Directions:
Scan the records below and say how many lines include the word "IFCRELAGGREGATES", giving no other text.

Dataset entries
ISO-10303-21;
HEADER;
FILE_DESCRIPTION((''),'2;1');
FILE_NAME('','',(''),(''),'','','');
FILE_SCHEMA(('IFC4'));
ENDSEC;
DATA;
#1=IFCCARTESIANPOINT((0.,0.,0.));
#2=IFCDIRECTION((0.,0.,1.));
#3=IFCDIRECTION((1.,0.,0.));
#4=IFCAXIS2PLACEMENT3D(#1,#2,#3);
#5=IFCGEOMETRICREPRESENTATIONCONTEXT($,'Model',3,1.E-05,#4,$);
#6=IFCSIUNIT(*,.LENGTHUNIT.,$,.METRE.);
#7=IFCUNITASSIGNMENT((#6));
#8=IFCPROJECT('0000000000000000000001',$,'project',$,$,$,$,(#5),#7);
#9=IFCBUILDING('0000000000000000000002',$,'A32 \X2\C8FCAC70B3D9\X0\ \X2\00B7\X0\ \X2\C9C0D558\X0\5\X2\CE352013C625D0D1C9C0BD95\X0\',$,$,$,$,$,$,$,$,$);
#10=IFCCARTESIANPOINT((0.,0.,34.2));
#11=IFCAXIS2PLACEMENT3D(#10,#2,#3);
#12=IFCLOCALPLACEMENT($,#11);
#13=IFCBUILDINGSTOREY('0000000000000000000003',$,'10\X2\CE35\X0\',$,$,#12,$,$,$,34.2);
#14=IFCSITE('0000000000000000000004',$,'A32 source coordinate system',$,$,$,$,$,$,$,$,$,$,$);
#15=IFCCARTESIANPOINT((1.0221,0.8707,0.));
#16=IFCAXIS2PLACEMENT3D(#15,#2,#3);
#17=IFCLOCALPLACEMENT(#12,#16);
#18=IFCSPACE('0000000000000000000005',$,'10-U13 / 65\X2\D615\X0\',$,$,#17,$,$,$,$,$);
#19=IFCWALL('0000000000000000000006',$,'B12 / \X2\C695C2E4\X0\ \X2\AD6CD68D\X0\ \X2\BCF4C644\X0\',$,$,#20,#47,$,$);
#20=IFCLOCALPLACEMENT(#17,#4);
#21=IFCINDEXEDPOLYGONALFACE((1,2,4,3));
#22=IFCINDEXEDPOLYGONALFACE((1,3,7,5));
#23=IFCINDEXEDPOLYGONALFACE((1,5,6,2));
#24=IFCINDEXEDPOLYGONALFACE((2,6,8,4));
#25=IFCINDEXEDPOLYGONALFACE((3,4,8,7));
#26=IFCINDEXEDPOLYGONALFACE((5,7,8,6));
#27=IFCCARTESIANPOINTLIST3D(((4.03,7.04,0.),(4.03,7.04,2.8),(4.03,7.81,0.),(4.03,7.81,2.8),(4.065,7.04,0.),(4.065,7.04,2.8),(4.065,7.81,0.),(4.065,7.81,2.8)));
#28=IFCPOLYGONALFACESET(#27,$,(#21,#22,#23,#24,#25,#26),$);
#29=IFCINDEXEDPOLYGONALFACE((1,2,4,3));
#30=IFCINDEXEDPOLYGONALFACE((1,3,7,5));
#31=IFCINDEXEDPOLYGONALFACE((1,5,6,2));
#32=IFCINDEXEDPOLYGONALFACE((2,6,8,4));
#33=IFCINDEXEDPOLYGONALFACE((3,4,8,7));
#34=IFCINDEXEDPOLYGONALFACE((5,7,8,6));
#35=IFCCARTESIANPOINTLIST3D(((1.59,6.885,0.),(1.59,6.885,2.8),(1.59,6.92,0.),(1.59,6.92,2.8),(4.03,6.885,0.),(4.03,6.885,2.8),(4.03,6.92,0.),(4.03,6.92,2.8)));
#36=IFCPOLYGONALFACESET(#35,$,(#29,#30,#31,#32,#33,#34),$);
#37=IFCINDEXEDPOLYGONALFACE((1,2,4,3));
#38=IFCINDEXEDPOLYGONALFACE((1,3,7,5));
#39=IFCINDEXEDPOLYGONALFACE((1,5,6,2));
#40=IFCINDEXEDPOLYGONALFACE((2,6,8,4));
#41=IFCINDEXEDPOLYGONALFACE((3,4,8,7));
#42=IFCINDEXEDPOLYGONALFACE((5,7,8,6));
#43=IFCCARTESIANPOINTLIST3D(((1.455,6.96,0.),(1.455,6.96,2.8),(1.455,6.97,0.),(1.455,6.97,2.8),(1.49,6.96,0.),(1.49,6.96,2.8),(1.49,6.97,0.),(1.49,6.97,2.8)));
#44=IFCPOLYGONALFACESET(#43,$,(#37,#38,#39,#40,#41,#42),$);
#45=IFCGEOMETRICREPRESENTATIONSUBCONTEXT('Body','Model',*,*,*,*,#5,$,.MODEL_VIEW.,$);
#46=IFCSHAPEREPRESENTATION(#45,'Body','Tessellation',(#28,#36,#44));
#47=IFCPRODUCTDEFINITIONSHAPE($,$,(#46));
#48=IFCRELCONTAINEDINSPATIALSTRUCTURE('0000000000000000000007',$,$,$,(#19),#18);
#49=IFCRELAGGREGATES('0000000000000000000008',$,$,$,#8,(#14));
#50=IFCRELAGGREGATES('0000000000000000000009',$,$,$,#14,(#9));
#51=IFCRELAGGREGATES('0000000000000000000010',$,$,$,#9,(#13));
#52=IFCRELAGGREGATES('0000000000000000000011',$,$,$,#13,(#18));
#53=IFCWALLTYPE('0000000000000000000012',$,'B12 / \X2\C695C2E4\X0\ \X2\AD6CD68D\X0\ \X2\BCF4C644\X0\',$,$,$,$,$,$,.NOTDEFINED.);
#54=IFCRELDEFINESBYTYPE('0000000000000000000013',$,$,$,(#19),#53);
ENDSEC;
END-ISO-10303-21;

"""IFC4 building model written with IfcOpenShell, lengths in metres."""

from ifc_helpers import new_model, si_unit, frame, origin, origin_with_axes, place, context, subcontext, project, spatial, polyline, outline, extrude, source, transform, mapped, type_object, type_shapes, element, save


model = new_model("IFC4")

# Units and contexts
model_context = context("Model", 3, precision=1e-05, world=origin_with_axes())
body_context = subcontext(model_context, "Body", "Model", "MODEL_VIEW")
ifc_project = project(units=[si_unit("LENGTHUNIT", "METRE")], contexts=[model_context])

# Site, building, storey, space
storey_placement = place(None, frame((0.0, 0.0, 34.2), z_axis=(0.0, 0.0, 1.0), x_axis=(1.0, 0.0, 0.0)))
space_placement = place(storey_placement, frame((1.0221, 0.8707, 0.0), z_axis=(0.0, 0.0, 1.0), x_axis=(1.0, 0.0, 0.0)))
site = spatial("IfcSite", under=ifc_project, Name="A32 source coordinate system")
building = spatial("IfcBuilding", under=site, Name="A32 주거동 · 지하5층–옥탑지붕")
storey = spatial("IfcBuildingStorey", under=building, at=storey_placement, Name="10층", Elevation=34.2)
space = spatial("IfcSpace", under=storey, at=space_placement, Name="10-U13 / 65형")

# Wall
wall_type_1 = type_object("IfcWallType", Name="B12 / 욕실 구획 보완", PredefinedType="NOTDEFINED")
shared_shape_1 = source(origin(), body_context, "Body", "SweptSolid", [
    extrude(outline(polyline([(4.065, 7.04), (4.03, 7.04), (4.03, 7.81), (4.065, 7.81), (4.065, 7.04)])), origin(), (0.0, 0.0, 1.0), 2.8),
    extrude(outline(polyline([(1.59, 6.92), (4.03, 6.92), (4.03, 6.885), (1.59, 6.885), (1.59, 6.92)])), origin(), (0.0, 0.0, 1.0), 2.8),
    extrude(outline(polyline([(1.455, 6.97), (1.49, 6.97), (1.49, 6.96), (1.455, 6.96), (1.455, 6.97)])), origin(), (0.0, 0.0, 1.0), 2.8),
])
type_shapes(wall_type_1, [shared_shape_1])
wall_1_placement = place(space_placement, origin_with_axes())
element("IfcWall", 1, at=wall_1_placement, inside=space, type_object=wall_type_1, Name="B12 / 욕실 구획 보완", context=body_context, shape_type="MappedRepresentation", body=[
    mapped(shared_shape_1, transform((0.0, 0.0, 0.0), scale=1.0)),
])

save(model, "model.ifc")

Task response:
4